'My daughter has childhood dementia and it's the worst diagnosis you can get'
The mother of a two-year-old girl with a childhood form of dementia has spoken of the challenges of dealing with the devastating disease.
Mirryn Cunningham has a chromosome disorder called Batten disease which has left her unable to eat by herself, walk or see properly.
It occurs in five or six births every year in the UK and there is no cure.
Her mother Vicky, from Uphall, West Lothian, said: "We've been given the worst diagnosis you can have."
Mirryn was born at 31 weeks and weighed just over 3lbs.
In January 2017 she was diagnosed with delayed myelination, a problem with the nervous system.
But further MRI tests revealed the full extent of her condition and she has now lost all motor skills.
'Never tried to hold her bottle'
Her mother Vicky told BBC Scotland's John Beattie programme: "It came to about the six months stage when babies should be holding bottles; when they should be reaching out trying to touch things; when their motor skills start to develop.

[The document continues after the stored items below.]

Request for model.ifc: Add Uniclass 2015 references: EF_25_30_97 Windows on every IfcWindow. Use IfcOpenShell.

First a look at what the model holds.

```python
import ifcopenshell

model = ifcopenshell.open("model.ifc")
print(model.schema)
print("classifications:", [c.Name for c in model.by_type("IfcClassification")])
for ifc_class in ("IfcDoor", "IfcRoof", "IfcStair", "IfcWall", "IfcWindow"):
    print(ifc_class, len(model.by_type(ifc_class)))
```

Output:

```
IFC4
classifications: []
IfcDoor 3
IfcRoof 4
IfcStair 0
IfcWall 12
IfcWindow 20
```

```python
import ifcopenshell
import ifcopenshell.api.classification

model = ifcopenshell.open("model.ifc")

system = ifcopenshell.api.classification.add_classification(model, classification="Uniclass 2015")

codes = {
    "IfcWindow": ("EF_25_30_97", "Windows"),
}
for ifc_class, (code, name) in codes.items():
    products = model.by_type(ifc_class)
    ifcopenshell.api.classification.add_reference(
        model, products=products, classification=system, identification=code, name=name
    )
    print(code, len(products))

model.write("model_updated.ifc")
```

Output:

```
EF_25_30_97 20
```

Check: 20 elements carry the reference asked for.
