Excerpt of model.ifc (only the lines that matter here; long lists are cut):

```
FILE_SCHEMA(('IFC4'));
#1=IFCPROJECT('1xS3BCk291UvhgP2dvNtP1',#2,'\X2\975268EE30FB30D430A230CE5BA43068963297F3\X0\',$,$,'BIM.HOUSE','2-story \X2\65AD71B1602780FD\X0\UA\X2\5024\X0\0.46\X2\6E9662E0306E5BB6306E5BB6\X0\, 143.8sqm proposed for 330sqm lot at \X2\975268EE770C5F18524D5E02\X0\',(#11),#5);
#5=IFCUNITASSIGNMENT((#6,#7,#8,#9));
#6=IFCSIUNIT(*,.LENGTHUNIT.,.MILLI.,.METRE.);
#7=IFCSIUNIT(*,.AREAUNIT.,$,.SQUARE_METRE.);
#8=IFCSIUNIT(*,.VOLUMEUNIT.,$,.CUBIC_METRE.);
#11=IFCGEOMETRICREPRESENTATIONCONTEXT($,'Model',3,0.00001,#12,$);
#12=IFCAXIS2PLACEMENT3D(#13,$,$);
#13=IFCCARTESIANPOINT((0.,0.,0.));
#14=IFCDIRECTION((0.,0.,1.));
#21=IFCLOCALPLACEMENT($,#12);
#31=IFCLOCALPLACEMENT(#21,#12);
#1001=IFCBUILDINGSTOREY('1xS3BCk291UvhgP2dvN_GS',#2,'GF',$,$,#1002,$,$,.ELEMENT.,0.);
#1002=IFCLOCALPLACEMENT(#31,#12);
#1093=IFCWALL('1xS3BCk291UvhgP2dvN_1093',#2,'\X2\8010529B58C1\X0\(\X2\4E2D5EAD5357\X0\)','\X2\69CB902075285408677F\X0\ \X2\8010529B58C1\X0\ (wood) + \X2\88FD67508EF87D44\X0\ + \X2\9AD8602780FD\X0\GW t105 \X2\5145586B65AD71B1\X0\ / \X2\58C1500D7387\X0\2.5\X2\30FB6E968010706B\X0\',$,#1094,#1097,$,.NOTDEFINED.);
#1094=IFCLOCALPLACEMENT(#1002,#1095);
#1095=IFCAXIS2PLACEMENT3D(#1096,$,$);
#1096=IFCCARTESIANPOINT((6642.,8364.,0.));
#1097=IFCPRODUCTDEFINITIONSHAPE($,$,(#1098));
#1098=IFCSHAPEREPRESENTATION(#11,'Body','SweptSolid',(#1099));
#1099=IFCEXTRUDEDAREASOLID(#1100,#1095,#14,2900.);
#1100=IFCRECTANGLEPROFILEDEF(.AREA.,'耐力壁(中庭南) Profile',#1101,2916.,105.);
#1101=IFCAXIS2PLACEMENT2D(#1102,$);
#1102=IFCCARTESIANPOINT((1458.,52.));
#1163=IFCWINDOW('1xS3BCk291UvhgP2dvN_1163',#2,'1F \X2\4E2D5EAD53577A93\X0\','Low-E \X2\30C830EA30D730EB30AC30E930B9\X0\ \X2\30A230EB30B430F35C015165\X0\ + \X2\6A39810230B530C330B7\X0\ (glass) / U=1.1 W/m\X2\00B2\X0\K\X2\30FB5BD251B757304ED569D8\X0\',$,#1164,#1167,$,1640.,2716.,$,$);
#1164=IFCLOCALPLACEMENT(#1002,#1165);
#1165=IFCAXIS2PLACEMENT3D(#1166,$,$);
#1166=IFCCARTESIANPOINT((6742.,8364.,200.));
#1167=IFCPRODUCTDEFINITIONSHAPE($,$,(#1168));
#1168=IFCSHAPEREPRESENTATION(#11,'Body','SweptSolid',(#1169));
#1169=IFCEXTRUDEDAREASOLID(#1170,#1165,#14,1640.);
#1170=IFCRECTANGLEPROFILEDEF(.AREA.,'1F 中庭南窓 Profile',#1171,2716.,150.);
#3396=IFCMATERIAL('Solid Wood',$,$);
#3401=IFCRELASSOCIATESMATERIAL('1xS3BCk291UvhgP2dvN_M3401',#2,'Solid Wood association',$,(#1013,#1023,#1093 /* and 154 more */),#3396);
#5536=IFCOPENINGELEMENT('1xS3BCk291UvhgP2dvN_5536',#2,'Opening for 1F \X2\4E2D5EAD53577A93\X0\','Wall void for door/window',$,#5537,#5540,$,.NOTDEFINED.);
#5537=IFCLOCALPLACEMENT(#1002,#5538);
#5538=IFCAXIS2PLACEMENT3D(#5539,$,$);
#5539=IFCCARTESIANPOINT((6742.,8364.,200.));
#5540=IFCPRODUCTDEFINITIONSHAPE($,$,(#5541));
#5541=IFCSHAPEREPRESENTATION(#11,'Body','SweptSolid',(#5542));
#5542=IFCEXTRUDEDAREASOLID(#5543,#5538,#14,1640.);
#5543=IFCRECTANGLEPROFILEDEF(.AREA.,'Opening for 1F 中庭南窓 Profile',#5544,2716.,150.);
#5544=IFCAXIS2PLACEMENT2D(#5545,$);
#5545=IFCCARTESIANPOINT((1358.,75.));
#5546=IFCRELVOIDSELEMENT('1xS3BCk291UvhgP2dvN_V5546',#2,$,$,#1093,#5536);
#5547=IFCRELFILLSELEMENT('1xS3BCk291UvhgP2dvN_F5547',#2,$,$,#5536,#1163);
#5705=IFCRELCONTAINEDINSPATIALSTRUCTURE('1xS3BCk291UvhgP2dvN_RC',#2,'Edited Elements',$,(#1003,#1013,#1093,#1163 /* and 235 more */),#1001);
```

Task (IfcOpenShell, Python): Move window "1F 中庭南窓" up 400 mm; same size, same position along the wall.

```python
import numpy as np
import ifcopenshell
import ifcopenshell.api.geometry
import ifcopenshell.util.placement
import ifcopenshell.util.unit

model = ifcopenshell.open("model.ifc")
unit_scale = ifcopenshell.util.unit.calculate_unit_scale(model)

window = model.by_guid("1xS3BCk291UvhgP2dvN_1163")
opening = window.FillsVoids[0].RelatingOpeningElement
dz = 0.4 / unit_scale

shift = np.array([0.0, 0.0, dz])
# The window is not placed relative to its opening, so move both.
for product in (opening, window):
    matrix = ifcopenshell.util.placement.get_local_placement(product.ObjectPlacement)
    matrix[:3, 3] += shift
    ifcopenshell.api.geometry.edit_object_placement(model, product=product, matrix=matrix, is_si=False)

print(f"moved by {dz * unit_scale:+.3f} m")

model.write("model_v2.ifc")
```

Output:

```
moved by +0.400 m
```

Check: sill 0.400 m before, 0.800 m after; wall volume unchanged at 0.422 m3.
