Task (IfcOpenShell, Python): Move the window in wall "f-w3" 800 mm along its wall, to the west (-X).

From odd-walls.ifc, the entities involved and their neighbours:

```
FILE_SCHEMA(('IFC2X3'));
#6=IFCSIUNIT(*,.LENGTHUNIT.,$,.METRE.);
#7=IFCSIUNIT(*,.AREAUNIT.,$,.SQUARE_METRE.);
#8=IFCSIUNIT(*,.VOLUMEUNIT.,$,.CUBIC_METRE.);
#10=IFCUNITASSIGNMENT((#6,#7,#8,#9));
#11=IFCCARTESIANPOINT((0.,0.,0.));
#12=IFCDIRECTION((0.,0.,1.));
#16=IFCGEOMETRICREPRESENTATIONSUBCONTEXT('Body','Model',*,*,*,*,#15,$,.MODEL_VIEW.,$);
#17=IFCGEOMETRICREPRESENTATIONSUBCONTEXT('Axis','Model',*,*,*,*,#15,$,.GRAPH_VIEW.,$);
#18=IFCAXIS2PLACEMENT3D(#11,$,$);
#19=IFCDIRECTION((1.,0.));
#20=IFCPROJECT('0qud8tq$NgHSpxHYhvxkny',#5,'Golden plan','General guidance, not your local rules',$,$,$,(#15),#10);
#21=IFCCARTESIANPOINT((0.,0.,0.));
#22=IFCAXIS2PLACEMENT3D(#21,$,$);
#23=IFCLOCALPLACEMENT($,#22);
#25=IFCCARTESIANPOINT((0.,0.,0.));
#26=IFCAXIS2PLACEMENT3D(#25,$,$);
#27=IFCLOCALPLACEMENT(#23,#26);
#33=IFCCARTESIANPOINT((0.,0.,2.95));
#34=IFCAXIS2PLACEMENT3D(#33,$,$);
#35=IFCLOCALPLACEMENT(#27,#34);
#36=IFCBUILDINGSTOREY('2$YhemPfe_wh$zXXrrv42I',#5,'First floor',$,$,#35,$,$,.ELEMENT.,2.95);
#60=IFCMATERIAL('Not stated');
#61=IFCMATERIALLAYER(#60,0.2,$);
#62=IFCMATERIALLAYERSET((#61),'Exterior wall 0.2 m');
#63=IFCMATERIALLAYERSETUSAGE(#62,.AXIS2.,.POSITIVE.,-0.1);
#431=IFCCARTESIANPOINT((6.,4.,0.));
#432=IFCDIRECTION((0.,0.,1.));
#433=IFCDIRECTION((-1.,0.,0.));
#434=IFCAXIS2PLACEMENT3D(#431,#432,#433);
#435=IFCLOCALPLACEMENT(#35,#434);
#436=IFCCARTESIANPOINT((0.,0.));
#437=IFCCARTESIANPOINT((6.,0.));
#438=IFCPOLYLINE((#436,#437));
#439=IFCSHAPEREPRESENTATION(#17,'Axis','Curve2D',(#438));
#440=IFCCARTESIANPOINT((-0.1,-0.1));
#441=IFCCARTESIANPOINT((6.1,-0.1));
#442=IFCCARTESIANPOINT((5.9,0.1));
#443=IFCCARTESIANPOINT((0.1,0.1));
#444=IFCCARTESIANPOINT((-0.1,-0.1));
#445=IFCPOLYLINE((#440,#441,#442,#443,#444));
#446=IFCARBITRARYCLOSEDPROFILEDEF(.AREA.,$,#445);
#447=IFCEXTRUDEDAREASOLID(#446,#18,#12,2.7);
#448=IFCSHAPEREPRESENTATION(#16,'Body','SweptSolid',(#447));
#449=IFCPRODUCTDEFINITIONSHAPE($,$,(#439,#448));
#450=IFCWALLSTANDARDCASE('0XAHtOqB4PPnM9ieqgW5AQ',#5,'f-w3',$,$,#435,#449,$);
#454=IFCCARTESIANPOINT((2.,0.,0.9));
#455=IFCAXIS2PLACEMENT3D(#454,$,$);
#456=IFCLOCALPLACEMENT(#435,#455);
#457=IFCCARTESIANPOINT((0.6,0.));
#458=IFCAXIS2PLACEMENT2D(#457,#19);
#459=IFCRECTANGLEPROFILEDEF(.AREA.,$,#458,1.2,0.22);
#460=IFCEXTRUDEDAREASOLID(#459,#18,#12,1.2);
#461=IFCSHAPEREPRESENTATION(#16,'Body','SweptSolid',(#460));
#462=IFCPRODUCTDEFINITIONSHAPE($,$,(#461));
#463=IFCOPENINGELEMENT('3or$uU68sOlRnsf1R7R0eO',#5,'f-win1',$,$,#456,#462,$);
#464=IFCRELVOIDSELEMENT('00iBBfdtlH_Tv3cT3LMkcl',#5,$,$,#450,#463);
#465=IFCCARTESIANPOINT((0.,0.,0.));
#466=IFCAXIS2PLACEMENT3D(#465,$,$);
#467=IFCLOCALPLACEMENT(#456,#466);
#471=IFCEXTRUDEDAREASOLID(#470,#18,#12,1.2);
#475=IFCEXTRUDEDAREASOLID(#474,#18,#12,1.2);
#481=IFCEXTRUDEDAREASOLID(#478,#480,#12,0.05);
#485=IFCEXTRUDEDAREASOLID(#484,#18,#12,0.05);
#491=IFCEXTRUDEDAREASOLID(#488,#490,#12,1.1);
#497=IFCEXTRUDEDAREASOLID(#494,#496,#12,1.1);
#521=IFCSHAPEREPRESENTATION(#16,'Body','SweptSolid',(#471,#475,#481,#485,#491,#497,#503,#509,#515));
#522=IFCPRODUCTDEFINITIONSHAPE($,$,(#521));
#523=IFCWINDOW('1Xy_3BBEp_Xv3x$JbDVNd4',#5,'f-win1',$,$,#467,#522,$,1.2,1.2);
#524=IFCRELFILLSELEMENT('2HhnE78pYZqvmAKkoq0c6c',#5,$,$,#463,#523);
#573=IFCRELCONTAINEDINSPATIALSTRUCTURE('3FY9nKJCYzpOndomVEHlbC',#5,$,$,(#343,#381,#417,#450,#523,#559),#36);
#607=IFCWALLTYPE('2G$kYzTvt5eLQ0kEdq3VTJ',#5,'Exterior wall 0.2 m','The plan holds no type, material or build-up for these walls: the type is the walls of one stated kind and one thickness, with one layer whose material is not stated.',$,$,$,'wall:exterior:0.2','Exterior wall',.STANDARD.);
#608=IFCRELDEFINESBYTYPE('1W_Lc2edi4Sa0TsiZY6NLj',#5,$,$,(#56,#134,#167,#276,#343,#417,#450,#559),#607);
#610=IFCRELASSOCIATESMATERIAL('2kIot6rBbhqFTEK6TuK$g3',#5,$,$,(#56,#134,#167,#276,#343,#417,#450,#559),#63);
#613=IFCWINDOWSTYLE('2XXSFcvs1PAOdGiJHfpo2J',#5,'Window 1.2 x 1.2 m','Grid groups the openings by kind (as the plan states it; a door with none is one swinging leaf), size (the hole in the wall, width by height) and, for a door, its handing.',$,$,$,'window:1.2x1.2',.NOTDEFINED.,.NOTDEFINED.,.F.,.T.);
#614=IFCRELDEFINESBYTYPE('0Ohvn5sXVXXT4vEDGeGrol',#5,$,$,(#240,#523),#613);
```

```python
import ifcopenshell
import ifcopenshell.api.geometry
import ifcopenshell.util.placement
import ifcopenshell.util.unit

model = ifcopenshell.open("odd-walls.ifc")
unit_scale = ifcopenshell.util.unit.calculate_unit_scale(model)

window = model.by_guid("1Xy_3BBEp_Xv3x$JbDVNd4")
opening = window.FillsVoids[0].RelatingOpeningElement
wall = opening.VoidsElements[0].RelatingBuildingElement

wall_matrix = ifcopenshell.util.placement.get_local_placement(wall.ObjectPlacement)
shift = wall_matrix[:3, 0] * 0.8 / unit_scale
before = ifcopenshell.util.placement.get_local_placement(window.ObjectPlacement)[:3, 3].copy()

# The window is placed relative to its opening, so it follows when the opening moves.
matrix = ifcopenshell.util.placement.get_local_placement(opening.ObjectPlacement)
matrix[:3, 3] += shift
ifcopenshell.api.geometry.edit_object_placement(
    model, product=opening, matrix=matrix, is_si=False, should_transform_children=True
)

after = ifcopenshell.util.placement.get_local_placement(window.ObjectPlacement)[:3, 3]
print("window moved by", (after - before).round(3) + 0.0)

model.write("odd-walls_updated.ifc")
```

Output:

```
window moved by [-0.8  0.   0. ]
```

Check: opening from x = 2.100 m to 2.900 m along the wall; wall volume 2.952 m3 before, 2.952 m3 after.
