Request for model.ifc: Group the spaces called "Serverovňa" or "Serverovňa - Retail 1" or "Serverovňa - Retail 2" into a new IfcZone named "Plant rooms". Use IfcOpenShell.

First a look at what the model holds.

```python
import ifcopenshell

model = ifcopenshell.open("model.ifc")
print(model.schema)
seen = {}
for space in model.by_type("IfcSpace"):
    seen[space.LongName] = seen.get(space.LongName, 0) + 1
for name, count in sorted(seen.items(), key=str):
    print(count, "x", name)
print("zones:", [z.Name for z in model.by_type("IfcZone")][:20])
```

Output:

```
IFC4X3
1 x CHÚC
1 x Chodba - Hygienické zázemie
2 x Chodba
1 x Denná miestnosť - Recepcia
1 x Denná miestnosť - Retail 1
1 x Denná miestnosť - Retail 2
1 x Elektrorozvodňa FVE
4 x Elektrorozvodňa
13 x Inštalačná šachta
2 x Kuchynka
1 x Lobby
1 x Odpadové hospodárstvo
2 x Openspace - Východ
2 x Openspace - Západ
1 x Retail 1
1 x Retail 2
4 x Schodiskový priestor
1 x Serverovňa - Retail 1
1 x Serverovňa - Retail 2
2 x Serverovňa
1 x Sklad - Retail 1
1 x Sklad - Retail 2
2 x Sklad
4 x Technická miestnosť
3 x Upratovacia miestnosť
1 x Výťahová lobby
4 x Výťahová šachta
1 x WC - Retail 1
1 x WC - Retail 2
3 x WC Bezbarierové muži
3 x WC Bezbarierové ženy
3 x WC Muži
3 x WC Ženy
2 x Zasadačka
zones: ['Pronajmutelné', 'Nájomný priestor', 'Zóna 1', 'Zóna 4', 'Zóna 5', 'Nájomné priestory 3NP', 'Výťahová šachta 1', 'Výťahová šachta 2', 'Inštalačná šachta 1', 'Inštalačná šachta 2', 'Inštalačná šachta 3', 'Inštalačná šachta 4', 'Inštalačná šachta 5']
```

```python
import ifcopenshell
import ifcopenshell.api.group
import ifcopenshell.api.root

model = ifcopenshell.open("model.ifc")

names = {"Serverovňa", "Serverovňa - Retail 1", "Serverovňa - Retail 2"}
spaces = [s for s in model.by_type("IfcSpace") if s.LongName in names]

zone = ifcopenshell.api.root.create_entity(model, ifc_class="IfcZone", name="Plant rooms")
ifcopenshell.api.group.assign_group(model, products=spaces, group=zone)
print(len(spaces), "spaces in", zone.Name)

model.write("model_v2.ifc")
```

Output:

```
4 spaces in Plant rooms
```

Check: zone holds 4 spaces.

"Mirryn never tried to hold her bottle and could only hold gaze for maybe a couple of minutes then move away. As she got older and should have been doing more things, she wasn't rolling over or trying to touch a ball or any toy in front of her.
"There was a lot of to-ing and fro-ing because she was premature - people saying it will come, it's just delayed. My gut was going, 'no it's not'. She's now starting to lose more functions - even the little ones that she had are now all gone, including swallowing."
The condition Mirryn has is a rare disorder of the nervous system which typically begins in childhood.
According to the National Institute of Neurological Disorders and Stroke (NINDS), the first signs of Batten disease are impaired muscle co-ordination and seizures.
Vicky said she faced a battle to get a conclusive diagnosis after first speaking to her health visitor.
She said: "Mirryn was just over 3lbs when she was born at 31 weeks. She was in hospital for quite a while but just with jaundice, nothing else. Everything came back fine from brain scans and all the tests they run on premature babies.
"I tried to talk to my health visitor who referred me to St John's hospital in Livingston and it was a bit of a struggle to try and get them to pay attention to me.
"But we eventually got a really amazing doctor called Dr Valentine and he instantly referred us for EEGs and MRI tests."
That was in December 2016 and Mirryn was initially diagnosed with delayed myelination, which means signals don't get through to the brain properly.
Following continued pleas from Vicky, Mirryn had two more MRI scans and was eventually diagnosed with the CLN1 strain of Batten's in January this year.
A full support network has now been put in place for Mirryn and her family are determined to make the rest of her life as memorable as possible.
Vicky said: "She's got a palliative care team and community nurses, so the support aspect now that we've got the Batten's diagnosis is amazing.
"The support from the public as well is totally heart-warming and the messages that Mirryn gets sent show us that we need to stand up and say, Batten's is real, dementia in children is real - it's very rare but it happens.
"I think the reason that it took so long to get her diagnosis is because, even now, doctors that see her in the Sick Kid's Hospital or in Glasgow have no idea what Batten's is.
"Now, it's just about us making memories. There's nothing we can do to slow it down - there's nothing we can do to cure it.
"We had wanted to take her to Disneyland Paris but unfortunately due to Mirryn's condition I just didn't want to take the risk of being in the air if anything happened.
"So we've decided to bring Disney to our home town. It's taken a lot of work but we've got every single Disney character coming in fancy dress, we'll have a Disney show, Disney games, a bouncy castle. We're going to bring Disney to Mirryn."